There are no shortcuts to prosperityThis book is a brilliant expose of the "new economy", the irrational behavior of crowds and its malaise of overvalued stock and asset prices that cannot be sustained. Even the Nobel prize winning theory of efficient markets fails to describe the phenomenon in US markets during the last decade of the twentieth century. Irrational exuberance cannot be explained by rational theories. The book opens with an analysis of the new economy driven by Information technology, and blasts the myth of the new found prosperity. The new economy was supposed to signal the end of history by shortsighted economists during the days of irrational exuberance. The internet in fact amplified the behavior of crowds across continents and created bubbles that were larger than ever. Companies without any revenue, leave alone profits, were busy making money through IPOs and engaged in the most innovative forms of financial engineering to drive their stock prices north. Who cares as long as it makes us rich. But then, history has taught us that reality will catch up and so it did.
There was a time in the seventeenth century when the infamous John Law ( he was mostly on the opposite side of his second name) created the concept of paper money and central banking that ultimately brought his country on its knees. Using this example, the book attacks monetarists for the unbridled expansion of liquidity in a system that temporarily believes that paper money is real. Modern day economists tend to treat the economy as a machine that can be manipulated by driving some screws and made to run a little faster. The problem , the authors feel, is that soon they will be left with no screws and also run the risk of tampering with the wrong ones. Printing more money at regular intervals, is considered a panacea for all economic ills by these pundits of prosperity.

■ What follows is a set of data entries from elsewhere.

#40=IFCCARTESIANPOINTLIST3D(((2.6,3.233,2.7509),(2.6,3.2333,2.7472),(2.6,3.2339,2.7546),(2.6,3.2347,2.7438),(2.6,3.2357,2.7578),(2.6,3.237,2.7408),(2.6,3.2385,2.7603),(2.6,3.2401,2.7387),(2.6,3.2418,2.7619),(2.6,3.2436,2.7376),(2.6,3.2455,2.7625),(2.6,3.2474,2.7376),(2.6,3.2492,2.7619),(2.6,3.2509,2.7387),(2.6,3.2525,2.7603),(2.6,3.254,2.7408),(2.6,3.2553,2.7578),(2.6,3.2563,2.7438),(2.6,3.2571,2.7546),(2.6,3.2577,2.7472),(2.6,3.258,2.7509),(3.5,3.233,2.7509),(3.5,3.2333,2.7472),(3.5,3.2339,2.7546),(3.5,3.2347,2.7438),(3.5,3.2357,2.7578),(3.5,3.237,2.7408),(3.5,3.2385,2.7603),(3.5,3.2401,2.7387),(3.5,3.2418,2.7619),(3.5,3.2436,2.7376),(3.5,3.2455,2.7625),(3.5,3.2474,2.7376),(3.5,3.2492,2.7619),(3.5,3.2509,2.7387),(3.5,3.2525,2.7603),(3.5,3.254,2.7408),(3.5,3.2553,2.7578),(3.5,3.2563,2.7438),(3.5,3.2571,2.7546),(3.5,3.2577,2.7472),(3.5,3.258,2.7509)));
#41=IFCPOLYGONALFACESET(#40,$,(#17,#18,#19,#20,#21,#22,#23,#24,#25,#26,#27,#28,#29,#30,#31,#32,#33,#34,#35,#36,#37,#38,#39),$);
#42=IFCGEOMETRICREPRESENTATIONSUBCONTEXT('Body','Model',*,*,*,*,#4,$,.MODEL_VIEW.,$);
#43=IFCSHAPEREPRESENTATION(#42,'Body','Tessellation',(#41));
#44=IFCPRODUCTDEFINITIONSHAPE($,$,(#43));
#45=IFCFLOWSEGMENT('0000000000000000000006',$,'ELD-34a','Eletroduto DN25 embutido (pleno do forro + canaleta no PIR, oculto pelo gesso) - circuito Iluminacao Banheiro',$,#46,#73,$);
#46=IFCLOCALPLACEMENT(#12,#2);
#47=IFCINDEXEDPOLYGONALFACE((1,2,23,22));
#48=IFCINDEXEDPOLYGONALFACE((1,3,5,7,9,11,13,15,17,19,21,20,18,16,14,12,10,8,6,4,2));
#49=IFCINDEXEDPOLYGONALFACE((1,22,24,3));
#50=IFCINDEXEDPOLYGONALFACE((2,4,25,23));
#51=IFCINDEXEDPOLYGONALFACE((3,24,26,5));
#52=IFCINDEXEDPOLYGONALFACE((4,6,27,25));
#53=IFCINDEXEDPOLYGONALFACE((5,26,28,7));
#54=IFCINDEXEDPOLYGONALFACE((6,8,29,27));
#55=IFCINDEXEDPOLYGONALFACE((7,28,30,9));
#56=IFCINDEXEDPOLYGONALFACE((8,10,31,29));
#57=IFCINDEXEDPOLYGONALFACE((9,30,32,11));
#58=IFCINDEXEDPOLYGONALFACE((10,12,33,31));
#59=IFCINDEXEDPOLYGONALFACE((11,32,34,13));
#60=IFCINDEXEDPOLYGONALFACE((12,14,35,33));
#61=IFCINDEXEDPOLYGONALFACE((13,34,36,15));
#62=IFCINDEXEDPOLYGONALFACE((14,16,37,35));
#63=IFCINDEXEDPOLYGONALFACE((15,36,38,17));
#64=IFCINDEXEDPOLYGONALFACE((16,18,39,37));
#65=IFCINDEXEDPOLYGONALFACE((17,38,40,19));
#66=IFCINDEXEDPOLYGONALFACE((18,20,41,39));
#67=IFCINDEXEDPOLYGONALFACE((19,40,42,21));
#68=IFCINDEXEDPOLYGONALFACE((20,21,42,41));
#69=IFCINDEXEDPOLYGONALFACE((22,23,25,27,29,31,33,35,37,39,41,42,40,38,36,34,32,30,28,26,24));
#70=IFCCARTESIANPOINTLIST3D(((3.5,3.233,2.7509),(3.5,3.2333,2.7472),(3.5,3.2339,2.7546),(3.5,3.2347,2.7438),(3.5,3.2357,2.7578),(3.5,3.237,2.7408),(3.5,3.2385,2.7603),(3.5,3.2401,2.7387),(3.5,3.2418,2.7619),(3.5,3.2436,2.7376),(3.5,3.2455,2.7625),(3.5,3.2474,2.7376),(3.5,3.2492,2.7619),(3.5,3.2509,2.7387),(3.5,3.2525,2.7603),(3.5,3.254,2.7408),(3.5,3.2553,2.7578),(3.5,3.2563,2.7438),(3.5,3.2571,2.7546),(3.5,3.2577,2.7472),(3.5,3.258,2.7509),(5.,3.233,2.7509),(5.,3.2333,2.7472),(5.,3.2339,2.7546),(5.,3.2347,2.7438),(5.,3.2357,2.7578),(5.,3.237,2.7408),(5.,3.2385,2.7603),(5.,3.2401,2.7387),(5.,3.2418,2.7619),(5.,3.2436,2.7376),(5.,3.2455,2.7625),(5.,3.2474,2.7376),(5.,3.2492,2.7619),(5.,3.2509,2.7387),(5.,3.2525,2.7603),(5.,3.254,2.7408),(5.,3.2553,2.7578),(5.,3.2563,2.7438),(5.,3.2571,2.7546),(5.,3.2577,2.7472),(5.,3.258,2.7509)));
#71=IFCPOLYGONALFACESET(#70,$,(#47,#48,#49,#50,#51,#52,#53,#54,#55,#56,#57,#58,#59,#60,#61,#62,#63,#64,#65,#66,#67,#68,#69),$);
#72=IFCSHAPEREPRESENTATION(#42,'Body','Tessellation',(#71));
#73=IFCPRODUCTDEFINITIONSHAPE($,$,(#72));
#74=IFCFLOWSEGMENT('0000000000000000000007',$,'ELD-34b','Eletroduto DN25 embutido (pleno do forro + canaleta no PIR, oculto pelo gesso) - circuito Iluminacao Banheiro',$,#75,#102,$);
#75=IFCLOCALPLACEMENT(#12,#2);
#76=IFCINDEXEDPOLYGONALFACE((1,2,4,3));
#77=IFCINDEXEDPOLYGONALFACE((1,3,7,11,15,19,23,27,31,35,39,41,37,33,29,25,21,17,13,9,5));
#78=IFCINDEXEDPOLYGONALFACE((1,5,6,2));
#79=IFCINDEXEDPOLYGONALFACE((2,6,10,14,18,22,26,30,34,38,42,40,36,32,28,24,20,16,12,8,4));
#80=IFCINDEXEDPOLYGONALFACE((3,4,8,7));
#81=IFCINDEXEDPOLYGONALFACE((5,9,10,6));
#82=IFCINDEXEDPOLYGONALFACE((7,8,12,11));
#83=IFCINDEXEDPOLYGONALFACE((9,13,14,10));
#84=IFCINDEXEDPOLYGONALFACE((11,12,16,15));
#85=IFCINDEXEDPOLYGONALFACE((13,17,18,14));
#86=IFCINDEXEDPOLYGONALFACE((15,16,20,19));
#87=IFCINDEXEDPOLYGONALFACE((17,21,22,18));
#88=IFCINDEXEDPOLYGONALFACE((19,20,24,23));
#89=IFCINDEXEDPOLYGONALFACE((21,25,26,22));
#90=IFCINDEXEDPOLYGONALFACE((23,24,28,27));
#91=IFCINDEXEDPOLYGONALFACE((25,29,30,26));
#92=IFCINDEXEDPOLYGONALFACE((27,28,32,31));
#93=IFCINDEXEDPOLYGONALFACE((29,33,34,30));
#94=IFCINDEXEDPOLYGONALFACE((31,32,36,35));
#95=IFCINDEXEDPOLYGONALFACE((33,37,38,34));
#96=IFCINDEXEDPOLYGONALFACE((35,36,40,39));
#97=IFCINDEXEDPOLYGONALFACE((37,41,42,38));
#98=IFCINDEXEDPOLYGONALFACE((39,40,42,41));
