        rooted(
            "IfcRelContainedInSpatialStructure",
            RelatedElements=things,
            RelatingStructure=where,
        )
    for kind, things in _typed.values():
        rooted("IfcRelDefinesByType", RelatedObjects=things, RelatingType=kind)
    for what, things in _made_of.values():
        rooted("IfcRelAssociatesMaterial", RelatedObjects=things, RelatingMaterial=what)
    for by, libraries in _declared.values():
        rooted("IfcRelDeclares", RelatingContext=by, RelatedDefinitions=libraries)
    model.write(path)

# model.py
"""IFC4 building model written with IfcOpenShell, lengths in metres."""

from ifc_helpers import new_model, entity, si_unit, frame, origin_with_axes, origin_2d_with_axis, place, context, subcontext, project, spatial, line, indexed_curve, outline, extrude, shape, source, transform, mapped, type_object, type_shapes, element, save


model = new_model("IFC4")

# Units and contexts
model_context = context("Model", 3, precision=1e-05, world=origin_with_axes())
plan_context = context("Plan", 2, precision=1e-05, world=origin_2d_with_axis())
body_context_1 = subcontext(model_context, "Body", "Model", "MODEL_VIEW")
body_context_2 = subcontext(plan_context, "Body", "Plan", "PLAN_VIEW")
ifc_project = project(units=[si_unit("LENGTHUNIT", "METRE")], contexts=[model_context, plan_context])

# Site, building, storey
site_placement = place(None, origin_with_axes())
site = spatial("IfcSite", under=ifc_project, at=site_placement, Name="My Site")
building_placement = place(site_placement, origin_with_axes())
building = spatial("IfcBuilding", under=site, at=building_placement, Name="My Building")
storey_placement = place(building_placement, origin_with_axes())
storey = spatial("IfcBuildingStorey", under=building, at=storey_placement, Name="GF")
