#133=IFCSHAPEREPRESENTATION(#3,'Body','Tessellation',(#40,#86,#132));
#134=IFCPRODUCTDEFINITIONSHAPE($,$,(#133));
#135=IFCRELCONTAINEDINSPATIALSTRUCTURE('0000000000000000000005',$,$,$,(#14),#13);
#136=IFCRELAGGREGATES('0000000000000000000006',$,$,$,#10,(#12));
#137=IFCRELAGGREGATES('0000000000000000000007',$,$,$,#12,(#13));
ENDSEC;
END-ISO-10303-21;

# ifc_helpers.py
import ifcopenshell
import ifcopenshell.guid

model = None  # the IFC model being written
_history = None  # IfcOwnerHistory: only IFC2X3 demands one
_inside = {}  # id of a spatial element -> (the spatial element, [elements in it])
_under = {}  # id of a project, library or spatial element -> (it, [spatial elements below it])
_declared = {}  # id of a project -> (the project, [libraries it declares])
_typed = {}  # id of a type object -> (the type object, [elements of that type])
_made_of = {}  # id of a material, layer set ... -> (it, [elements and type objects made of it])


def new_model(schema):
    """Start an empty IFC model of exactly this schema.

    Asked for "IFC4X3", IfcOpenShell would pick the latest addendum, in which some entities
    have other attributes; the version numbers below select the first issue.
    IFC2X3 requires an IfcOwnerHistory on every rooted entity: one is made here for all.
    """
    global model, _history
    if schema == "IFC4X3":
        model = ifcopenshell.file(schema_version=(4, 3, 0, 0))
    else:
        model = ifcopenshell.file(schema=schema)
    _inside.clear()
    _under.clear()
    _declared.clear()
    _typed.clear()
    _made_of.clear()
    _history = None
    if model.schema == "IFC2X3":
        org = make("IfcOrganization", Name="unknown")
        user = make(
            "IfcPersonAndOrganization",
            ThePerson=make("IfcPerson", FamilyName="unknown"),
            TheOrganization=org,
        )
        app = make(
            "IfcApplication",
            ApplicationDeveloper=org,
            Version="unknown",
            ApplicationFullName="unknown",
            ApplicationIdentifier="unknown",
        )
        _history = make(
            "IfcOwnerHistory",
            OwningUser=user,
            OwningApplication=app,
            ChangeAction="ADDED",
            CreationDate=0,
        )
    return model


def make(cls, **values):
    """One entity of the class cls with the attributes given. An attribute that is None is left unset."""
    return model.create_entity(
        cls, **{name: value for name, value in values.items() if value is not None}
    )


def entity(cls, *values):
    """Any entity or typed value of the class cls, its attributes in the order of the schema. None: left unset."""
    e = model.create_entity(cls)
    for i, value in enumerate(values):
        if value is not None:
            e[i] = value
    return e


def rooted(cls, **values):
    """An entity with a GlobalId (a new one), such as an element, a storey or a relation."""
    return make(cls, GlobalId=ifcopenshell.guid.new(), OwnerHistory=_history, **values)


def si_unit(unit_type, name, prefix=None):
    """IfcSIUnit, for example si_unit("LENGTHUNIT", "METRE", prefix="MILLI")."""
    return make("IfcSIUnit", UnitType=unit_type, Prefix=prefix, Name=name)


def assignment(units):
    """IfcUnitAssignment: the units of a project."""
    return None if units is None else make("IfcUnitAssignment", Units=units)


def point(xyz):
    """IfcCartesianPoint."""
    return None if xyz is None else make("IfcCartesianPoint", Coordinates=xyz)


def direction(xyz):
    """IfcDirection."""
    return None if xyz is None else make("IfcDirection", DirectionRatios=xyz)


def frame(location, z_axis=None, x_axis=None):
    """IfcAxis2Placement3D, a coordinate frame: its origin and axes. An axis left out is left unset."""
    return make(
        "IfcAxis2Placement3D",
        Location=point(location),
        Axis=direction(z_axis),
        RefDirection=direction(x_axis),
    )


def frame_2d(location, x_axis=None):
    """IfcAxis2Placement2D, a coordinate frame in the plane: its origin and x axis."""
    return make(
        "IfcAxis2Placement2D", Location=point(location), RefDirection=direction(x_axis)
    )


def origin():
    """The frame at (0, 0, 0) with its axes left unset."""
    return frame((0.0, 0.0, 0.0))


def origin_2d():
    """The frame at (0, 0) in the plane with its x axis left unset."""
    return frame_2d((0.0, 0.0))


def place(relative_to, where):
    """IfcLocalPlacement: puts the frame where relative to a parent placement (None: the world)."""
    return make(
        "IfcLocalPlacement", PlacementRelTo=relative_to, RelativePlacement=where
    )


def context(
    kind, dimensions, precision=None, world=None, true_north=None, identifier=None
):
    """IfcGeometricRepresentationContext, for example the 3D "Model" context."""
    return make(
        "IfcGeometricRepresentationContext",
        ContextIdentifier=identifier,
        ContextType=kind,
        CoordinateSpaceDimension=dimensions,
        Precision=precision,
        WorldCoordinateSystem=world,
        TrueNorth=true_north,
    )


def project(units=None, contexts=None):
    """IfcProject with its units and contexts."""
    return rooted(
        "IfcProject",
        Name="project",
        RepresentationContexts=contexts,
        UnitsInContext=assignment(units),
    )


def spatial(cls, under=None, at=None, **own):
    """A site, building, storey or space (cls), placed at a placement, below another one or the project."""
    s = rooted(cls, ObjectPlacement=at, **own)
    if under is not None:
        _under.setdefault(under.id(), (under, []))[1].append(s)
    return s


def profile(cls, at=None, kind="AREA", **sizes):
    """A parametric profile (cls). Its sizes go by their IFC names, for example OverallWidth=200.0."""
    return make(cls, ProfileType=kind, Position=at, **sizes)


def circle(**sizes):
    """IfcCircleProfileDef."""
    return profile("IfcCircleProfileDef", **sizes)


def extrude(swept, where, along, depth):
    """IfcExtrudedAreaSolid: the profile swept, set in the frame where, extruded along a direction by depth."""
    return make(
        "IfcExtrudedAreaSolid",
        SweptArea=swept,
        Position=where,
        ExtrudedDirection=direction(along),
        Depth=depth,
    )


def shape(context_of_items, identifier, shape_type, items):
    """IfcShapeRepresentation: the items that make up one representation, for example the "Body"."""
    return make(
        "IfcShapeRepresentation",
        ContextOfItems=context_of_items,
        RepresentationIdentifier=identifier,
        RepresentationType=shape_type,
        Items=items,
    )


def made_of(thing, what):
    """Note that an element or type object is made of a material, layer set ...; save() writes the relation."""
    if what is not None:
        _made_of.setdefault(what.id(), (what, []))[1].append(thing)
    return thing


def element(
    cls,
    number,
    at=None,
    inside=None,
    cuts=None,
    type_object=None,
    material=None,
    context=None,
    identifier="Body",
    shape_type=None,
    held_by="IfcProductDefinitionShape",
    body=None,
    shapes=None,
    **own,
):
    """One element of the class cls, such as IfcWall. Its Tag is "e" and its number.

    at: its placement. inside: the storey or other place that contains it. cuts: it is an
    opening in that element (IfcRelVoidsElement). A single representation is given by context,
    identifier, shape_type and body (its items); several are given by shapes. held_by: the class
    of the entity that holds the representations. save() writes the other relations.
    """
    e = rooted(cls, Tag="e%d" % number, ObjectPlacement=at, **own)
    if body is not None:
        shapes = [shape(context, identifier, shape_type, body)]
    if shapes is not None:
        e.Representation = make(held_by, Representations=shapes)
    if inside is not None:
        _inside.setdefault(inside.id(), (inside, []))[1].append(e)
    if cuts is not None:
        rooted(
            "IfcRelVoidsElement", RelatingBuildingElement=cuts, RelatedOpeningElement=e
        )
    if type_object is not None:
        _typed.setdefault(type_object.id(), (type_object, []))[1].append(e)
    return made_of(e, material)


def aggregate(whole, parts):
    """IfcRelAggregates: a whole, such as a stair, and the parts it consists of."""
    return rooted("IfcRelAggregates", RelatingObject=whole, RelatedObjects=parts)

Economic lessons from Japan are described in a separate chapter and quoted in most other chapters of the book. The chapter devoted to "The Hard Math of Demography" is excellent and the topic of an aging America and its economic implications is discussed with accurate statistics and analysis to back the conclusions.
Finally one gets the big picture of the big bubble. Americans are spending and the Fed is encouraging them to spend borrowed money. To make things easier, the interest raters are lowered and more money is printed. Savings rates in the US have reached an all time low close to zero while private sector debt is three times the GDP. US is now the biggest borrower and foreigners till now have believed that the paper money printed by Fed is a safe currency. This illusion may not continue. The party will soon be over, and a massive hangover is imminent. Currency that is not backed by gold or equivalent assets is nothing but what it is made of - paper. History tells us that forbearance and thrift and not profligacy lead to prosperity.
Text books on history a few decades from now will probably carry a chapter on what went wrong with the worlds' once most powerful nation.